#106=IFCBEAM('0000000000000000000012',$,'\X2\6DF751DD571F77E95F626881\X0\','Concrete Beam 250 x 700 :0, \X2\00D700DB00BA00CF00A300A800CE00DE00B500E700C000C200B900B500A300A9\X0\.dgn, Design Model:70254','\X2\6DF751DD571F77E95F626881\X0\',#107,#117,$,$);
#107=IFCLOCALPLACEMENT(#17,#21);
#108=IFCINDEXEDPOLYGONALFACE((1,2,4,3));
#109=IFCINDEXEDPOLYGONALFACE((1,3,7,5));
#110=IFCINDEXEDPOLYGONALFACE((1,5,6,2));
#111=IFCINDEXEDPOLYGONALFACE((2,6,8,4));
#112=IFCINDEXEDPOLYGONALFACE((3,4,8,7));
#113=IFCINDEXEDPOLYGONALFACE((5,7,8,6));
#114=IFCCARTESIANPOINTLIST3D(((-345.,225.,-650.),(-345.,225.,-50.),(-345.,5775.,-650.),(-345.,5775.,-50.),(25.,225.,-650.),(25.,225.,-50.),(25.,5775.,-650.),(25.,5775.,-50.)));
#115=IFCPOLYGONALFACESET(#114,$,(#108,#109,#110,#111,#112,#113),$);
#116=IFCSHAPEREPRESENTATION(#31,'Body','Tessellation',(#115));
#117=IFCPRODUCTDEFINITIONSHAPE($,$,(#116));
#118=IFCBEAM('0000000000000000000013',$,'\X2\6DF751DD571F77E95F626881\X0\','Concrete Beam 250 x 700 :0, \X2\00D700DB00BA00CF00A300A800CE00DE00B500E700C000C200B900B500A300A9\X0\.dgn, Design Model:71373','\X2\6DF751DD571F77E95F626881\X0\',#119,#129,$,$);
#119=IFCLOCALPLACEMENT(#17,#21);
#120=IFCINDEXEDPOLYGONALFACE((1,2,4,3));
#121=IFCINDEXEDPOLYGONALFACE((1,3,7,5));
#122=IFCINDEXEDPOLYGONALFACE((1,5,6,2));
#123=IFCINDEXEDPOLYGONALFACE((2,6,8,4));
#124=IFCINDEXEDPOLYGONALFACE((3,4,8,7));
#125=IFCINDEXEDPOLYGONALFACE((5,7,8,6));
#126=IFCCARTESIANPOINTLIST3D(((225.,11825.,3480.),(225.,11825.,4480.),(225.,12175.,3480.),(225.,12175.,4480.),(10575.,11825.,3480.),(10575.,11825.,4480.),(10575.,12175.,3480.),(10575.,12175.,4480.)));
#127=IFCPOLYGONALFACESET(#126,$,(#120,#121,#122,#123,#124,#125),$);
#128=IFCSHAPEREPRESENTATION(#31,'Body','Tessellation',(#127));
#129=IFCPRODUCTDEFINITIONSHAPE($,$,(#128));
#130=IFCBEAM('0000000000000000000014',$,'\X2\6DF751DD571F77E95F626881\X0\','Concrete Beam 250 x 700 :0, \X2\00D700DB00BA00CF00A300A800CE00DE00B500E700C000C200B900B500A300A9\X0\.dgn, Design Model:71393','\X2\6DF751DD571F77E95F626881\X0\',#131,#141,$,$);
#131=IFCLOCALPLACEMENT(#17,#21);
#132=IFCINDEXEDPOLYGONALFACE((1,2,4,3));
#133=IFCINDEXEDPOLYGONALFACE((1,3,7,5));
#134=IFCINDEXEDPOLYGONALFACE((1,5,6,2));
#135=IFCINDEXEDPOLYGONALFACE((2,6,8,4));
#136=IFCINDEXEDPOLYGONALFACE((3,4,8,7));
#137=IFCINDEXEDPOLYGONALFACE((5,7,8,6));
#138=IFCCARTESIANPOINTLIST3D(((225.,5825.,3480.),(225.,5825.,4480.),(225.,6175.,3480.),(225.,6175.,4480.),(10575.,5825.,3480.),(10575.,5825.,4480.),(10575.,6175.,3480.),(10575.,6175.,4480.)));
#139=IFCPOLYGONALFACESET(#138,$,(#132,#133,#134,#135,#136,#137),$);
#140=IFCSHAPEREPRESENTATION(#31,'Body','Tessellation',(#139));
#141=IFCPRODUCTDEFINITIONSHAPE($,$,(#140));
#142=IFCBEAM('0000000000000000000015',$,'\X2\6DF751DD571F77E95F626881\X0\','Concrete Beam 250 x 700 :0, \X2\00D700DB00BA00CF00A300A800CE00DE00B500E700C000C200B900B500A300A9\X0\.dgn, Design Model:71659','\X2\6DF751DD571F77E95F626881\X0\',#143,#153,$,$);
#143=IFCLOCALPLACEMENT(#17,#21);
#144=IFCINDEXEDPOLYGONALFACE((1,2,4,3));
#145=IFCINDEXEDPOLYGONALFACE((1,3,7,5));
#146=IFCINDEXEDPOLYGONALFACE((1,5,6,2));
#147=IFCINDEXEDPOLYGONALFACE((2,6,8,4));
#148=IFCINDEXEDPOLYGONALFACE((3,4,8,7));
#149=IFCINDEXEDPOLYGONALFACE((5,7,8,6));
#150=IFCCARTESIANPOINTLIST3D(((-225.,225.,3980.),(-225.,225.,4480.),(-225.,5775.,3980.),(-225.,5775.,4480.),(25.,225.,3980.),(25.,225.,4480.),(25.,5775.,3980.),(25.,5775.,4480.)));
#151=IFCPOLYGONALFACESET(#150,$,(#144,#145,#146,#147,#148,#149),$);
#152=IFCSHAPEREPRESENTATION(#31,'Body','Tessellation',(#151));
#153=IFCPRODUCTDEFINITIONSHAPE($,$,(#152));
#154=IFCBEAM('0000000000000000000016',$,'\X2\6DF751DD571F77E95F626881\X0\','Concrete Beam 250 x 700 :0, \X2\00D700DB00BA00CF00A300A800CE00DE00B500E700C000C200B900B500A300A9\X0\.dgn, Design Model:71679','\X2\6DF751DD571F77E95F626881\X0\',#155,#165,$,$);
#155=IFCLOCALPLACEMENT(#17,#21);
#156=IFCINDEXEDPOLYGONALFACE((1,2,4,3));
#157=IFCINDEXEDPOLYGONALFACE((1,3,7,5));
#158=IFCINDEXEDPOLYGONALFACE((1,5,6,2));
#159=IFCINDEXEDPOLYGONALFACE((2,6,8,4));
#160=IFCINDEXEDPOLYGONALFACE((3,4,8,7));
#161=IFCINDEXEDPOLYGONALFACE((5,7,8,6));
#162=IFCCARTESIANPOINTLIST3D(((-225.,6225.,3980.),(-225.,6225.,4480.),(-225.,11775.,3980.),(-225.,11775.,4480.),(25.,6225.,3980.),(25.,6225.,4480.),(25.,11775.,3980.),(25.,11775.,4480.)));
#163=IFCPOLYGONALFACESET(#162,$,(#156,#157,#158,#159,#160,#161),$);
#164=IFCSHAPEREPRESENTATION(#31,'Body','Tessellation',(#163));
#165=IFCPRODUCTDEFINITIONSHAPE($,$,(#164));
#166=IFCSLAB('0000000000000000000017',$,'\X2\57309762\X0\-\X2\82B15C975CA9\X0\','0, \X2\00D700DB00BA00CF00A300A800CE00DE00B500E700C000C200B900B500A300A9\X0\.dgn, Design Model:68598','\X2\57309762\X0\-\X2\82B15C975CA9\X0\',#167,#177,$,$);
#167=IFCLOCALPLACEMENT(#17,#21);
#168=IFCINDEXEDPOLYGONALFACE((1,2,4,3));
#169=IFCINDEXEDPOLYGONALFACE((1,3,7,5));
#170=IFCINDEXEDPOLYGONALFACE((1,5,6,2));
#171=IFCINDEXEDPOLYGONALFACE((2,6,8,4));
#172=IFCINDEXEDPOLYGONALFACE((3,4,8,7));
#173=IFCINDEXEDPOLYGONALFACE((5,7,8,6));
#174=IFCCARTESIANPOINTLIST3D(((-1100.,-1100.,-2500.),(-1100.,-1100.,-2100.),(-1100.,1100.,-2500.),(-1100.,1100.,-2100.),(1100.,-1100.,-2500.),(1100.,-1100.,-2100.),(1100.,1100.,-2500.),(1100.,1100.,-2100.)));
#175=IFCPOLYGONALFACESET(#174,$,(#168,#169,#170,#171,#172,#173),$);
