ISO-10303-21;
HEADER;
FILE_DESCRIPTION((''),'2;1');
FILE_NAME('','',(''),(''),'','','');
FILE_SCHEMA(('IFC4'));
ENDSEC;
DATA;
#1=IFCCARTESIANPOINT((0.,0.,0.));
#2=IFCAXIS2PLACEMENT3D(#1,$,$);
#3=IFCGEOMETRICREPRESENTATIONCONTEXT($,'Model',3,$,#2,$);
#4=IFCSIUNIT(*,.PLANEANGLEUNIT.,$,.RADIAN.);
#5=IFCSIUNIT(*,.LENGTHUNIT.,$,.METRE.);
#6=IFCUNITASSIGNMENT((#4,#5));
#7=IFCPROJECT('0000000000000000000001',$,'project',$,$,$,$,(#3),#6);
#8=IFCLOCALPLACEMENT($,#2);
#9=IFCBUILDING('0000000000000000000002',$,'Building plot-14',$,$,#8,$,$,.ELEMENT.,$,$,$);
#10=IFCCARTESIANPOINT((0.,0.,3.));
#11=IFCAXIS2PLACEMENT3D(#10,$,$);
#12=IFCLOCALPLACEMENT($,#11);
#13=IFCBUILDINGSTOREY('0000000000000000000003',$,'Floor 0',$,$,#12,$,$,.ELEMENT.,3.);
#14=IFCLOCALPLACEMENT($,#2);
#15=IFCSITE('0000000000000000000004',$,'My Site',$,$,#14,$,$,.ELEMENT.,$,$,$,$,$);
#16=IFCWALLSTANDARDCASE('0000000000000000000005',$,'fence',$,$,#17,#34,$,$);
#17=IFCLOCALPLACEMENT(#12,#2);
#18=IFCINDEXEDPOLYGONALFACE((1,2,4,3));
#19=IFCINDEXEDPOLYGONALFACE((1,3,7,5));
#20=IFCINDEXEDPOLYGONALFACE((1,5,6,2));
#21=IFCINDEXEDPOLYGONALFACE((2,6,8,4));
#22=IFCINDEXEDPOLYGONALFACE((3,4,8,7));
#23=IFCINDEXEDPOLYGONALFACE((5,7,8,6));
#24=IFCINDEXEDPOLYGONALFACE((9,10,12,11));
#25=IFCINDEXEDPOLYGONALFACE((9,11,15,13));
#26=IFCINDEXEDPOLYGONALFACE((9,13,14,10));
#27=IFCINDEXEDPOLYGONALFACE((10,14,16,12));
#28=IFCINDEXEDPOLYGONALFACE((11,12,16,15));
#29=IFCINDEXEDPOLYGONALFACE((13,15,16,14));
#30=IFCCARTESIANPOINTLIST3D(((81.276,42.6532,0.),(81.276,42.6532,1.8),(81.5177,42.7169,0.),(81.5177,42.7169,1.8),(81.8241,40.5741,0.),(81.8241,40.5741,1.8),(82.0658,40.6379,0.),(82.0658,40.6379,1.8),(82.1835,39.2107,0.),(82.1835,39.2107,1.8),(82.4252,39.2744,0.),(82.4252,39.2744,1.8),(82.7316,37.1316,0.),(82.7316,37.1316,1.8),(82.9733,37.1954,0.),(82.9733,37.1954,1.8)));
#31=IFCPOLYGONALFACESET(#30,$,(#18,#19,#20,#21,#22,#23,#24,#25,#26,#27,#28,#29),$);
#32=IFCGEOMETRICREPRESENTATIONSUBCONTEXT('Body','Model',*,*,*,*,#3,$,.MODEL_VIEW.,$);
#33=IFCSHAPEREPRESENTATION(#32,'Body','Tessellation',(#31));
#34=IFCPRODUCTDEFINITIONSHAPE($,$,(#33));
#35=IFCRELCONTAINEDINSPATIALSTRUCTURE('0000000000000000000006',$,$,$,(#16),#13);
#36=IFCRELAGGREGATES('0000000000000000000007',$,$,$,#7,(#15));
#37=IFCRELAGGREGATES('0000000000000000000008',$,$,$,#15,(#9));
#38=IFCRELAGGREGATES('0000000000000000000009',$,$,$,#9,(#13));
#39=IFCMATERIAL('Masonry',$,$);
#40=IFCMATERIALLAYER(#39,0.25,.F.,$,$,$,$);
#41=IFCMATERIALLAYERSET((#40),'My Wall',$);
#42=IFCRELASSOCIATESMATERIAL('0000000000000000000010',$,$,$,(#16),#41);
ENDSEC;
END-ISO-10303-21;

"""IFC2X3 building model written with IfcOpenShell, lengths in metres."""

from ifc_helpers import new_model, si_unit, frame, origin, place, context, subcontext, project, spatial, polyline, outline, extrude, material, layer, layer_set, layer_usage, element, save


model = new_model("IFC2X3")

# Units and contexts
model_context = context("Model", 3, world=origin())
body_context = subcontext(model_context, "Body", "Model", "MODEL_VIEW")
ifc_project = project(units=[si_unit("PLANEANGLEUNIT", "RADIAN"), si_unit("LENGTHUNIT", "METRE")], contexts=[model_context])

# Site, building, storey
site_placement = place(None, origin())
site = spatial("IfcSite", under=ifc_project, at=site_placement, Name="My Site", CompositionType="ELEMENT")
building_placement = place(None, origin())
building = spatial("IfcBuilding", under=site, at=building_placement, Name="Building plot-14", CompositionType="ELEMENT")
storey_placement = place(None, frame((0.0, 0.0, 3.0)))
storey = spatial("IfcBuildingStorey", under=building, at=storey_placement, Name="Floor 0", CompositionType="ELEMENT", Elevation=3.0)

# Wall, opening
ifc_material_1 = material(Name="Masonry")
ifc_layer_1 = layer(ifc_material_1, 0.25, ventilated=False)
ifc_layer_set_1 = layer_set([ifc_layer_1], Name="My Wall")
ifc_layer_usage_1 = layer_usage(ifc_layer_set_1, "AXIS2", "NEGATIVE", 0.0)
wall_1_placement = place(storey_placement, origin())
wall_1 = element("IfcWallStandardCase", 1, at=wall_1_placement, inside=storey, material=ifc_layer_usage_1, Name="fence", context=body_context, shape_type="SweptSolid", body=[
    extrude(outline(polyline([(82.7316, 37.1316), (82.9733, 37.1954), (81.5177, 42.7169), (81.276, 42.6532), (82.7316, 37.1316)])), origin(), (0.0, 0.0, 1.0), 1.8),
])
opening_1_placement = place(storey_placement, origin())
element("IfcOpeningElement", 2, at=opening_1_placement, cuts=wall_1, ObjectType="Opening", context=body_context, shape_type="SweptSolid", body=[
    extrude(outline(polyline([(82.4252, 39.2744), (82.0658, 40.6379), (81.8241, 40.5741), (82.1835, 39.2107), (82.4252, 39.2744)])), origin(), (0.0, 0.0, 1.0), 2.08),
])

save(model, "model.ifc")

*-*-*

* [WHAT THE TASK ASKS]
The line above containing "#147=IFCINDEXEDPOLYGONALFACE((2,6,8,4));", the line containing "#1=IFCCARTESIANPOINT((0.,0.,0.));", and every line between them are to be transcribed exactly; no other line is wanted.

* [ANSWER]
#147=IFCINDEXEDPOLYGONALFACE((2,6,8,4));
#148=IFCINDEXEDPOLYGONALFACE((3,4,8,7));
#149=IFCINDEXEDPOLYGONALFACE((5,7,8,6));
#150=IFCCARTESIANPOINTLIST3D(((-225.,225.,3980.),(-225.,225.,4480.),(-225.,5775.,3980.),(-225.,5775.,4480.),(25.,225.,3980.),(25.,225.,4480.),(25.,5775.,3980.),(25.,5775.,4480.)));
#151=IFCPOLYGONALFACESET(#150,$,(#144,#145,#146,#147,#148,#149),$);
#152=IFCSHAPEREPRESENTATION(#31,'Body','Tessellation',(#151));
#153=IFCPRODUCTDEFINITIONSHAPE($,$,(#152));
#154=IFCBEAM('0000000000000000000016',$,'\X2\6DF751DD571F77E95F626881\X0\','Concrete Beam 250 x 700 :0, \X2\00D700DB00BA00CF00A300A800CE00DE00B500E700C000C200B900B500A300A9\X0\.dgn, Design Model:71679','\X2\6DF751DD571F77E95F626881\X0\',#155,#165,$,$);
#155=IFCLOCALPLACEMENT(#17,#21);
#156=IFCINDEXEDPOLYGONALFACE((1,2,4,3));
#157=IFCINDEXEDPOLYGONALFACE((1,3,7,5));
#158=IFCINDEXEDPOLYGONALFACE((1,5,6,2));
#159=IFCINDEXEDPOLYGONALFACE((2,6,8,4));
#160=IFCINDEXEDPOLYGONALFACE((3,4,8,7));
#161=IFCINDEXEDPOLYGONALFACE((5,7,8,6));
#162=IFCCARTESIANPOINTLIST3D(((-225.,6225.,3980.),(-225.,6225.,4480.),(-225.,11775.,3980.),(-225.,11775.,4480.),(25.,6225.,3980.),(25.,6225.,4480.),(25.,11775.,3980.),(25.,11775.,4480.)));
#163=IFCPOLYGONALFACESET(#162,$,(#156,#157,#158,#159,#160,#161),$);
#164=IFCSHAPEREPRESENTATION(#31,'Body','Tessellation',(#163));
#165=IFCPRODUCTDEFINITIONSHAPE($,$,(#164));
#166=IFCSLAB('0000000000000000000017',$,'\X2\57309762\X0\-\X2\82B15C975CA9\X0\','0, \X2\00D700DB00BA00CF00A300A800CE00DE00B500E700C000C200B900B500A300A9\X0\.dgn, Design Model:68598','\X2\57309762\X0\-\X2\82B15C975CA9\X0\',#167,#177,$,$);
#167=IFCLOCALPLACEMENT(#17,#21);
#168=IFCINDEXEDPOLYGONALFACE((1,2,4,3));
#169=IFCINDEXEDPOLYGONALFACE((1,3,7,5));
#170=IFCINDEXEDPOLYGONALFACE((1,5,6,2));
#171=IFCINDEXEDPOLYGONALFACE((2,6,8,4));
#172=IFCINDEXEDPOLYGONALFACE((3,4,8,7));
#173=IFCINDEXEDPOLYGONALFACE((5,7,8,6));
#174=IFCCARTESIANPOINTLIST3D(((-1100.,-1100.,-2500.),(-1100.,-1100.,-2100.),(-1100.,1100.,-2500.),(-1100.,1100.,-2100.),(1100.,-1100.,-2500.),(1100.,-1100.,-2100.),(1100.,1100.,-2500.),(1100.,1100.,-2100.)));
#175=IFCPOLYGONALFACESET(#174,$,(#168,#169,#170,#171,#172,#173),$);
ISO-10303-21;
HEADER;
FILE_DESCRIPTION((''),'2;1');
FILE_NAME('','',(''),(''),'','','');
FILE_SCHEMA(('IFC4'));
ENDSEC;
DATA;
#1=IFCCARTESIANPOINT((0.,0.,0.));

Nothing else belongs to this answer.